Today’s gospel gives us the story of the two disciples on the road to Emmaus, on both a real and a metaphorical journey into greater understanding of the kingdom or reign of God (Lk 24:13-35).
In this, the second in a series on the spiritual journey (For the first in the series, click here), I will look at the implications of this gospel story for our spiritual development.
As so often happens when we pray for something specific, the answer comes not in a way that we had imagined, but with much greater richness for our spiritual life and for our community.
On the road to Emmaus, the disciples were struggling with the mode of their hero’s death. They had expected that the messiah would come in a blaze of glory to conquer the oppressive Roman regime, not die a violent, ignominious death at the hands of this regime.
As they walked along the road, they puzzled over how things could have gone so badly wrong. Lost in their own perceptions, they took some time to realise that their companion walking along with them, as Jesus does all the time with us, was the very subject of their anxiety.

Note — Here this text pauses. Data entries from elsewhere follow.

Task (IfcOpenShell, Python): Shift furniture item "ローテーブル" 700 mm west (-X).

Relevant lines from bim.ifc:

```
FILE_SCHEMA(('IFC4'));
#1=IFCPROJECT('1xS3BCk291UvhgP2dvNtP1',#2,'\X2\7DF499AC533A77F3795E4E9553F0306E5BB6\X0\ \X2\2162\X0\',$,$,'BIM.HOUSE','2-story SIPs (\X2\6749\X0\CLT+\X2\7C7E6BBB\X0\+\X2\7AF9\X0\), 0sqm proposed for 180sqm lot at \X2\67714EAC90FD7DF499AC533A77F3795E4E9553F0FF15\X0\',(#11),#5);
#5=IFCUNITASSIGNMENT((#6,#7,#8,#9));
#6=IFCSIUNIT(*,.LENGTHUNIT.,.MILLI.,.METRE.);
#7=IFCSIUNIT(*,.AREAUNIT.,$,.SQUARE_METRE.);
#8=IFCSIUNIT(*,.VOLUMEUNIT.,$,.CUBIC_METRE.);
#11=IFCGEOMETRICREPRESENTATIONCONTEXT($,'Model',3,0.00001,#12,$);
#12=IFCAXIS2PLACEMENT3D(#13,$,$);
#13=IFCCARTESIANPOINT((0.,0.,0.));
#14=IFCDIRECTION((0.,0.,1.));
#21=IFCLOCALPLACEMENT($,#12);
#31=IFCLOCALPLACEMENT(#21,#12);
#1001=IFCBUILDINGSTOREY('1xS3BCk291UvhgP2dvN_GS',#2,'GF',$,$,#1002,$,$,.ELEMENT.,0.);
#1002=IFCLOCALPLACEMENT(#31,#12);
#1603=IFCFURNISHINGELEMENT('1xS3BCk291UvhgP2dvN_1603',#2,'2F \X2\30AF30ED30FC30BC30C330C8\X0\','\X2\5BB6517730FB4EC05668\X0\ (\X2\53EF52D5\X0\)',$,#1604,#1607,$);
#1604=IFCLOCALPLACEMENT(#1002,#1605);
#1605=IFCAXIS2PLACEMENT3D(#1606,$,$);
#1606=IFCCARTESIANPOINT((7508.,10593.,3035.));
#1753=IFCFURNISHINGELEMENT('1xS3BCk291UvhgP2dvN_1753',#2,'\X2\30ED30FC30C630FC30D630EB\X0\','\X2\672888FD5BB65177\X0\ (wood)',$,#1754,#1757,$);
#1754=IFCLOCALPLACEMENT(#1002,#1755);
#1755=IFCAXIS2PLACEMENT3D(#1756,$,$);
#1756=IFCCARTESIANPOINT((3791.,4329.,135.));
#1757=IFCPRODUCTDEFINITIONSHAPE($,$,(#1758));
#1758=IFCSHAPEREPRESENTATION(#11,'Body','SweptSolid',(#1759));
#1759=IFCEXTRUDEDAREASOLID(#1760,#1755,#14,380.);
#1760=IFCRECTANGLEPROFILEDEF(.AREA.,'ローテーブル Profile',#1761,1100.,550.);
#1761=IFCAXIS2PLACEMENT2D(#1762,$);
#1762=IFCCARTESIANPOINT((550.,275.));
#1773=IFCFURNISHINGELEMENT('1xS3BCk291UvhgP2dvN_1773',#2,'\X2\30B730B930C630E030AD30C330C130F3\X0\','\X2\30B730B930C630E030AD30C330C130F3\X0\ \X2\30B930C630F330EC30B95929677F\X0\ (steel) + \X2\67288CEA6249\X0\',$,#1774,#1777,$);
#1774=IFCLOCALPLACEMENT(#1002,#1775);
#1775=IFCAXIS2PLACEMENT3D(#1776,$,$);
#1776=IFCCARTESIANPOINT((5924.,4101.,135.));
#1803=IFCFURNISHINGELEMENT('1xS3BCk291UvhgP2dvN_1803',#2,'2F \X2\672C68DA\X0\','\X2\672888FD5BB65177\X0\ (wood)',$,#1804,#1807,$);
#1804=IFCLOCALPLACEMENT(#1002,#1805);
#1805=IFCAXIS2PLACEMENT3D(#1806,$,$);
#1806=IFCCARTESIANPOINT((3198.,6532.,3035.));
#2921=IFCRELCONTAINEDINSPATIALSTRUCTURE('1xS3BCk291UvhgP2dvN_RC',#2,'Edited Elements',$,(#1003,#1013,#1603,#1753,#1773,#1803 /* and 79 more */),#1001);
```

```python
import ifcopenshell
import ifcopenshell.api.geometry
import ifcopenshell.util.placement
import ifcopenshell.util.unit

model = ifcopenshell.open("bim.ifc")
unit_scale = ifcopenshell.util.unit.calculate_unit_scale(model)

item = model.by_guid("1xS3BCk291UvhgP2dvN_1753")
matrix = ifcopenshell.util.placement.get_local_placement(item.ObjectPlacement)
matrix[0, 3] -= 0.7 / unit_scale
ifcopenshell.api.geometry.edit_object_placement(model, product=item, matrix=matrix, is_si=False)

print(ifcopenshell.util.placement.get_local_placement(item.ObjectPlacement).round(3) + 0.0)

model.write("bim_v2.ifc")
```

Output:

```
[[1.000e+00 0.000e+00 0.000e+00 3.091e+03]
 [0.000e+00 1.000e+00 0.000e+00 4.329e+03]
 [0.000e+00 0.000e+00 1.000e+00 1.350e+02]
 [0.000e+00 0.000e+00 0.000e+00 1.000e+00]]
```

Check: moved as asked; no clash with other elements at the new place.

Just as Jesus opened their eyes to the scriptures and explained how his death and resurrection was a fulfilment of the word of God, so are we given new insights when we open ourselves to God as we walk with Jesus on our life’s journey.
Global connectedness
The great mystical writer of last century, Thomas Merton, wrote of the need for us as spiritual beings to be connected to the world around us. He had been a monk for 15 years when he wrote of an incident which wrought a radical change in his life. He was in the centre of a major shopping area. ‘I was suddenly overwhelmed with the realisation that I loved all these people.’* He had come from a ‘dream of separateness, of spurious self-isolation in a special world’ to the realisation that his Trappist life could not consist only of individual contemplation, penance and renunciation. It had to be somehow connected to the world outside the monastery to avoid becoming an exercise in egocentricity and self-absorption.
This insight led him to see how he might remain faithful to his monastic vocation while being open to and concerned with the sufferings, problems and needs of the larger world.
As spiritual beings in our parishes, suburbs, cities and the wider world, we too must be open to what is happening around us.
One inexorable but exciting change is the introduction of lay pastoral leaders as collaborators in administrative and pastoral tasks previously done by priests. Jesus promised that the reign of God would bring a major upheaval or reversal – the release of prisoners, sight to the blind (Lk 4:18). We are seeing some of this reversal in a very positive way in the number of lay people whose leadership skills are now officially recognised in our parish communities.
We cannot expect momentous insights or flashes of great intuition like Merton’s every day on our spiritual journey. Often our prayer is characterised by dryness in which very little seems to happen. Nevertheless faithfulness to a practice of prayer, of opening our hearts to God, of listening and waiting patiently, is rewarded as we learn to be open to God’s gentle invitation.
The two on the road to Emmaus had their senses awakened to the reality of Christ’s resurrection, and experienced their own ‘reversal’. They had to pause on their journey in order to discover they were going the wrong way! So too can we be open to change and going in other directions if we take the time to journey with Jesus in prayer and in connectedness with our world.
*Thomas Merton, Conjectures of a Guilty Bystander (Garden City: Doubleday Image, 1968) 156-57 quoted in Cunningham and Egan: Christian Spirituality, 61-62.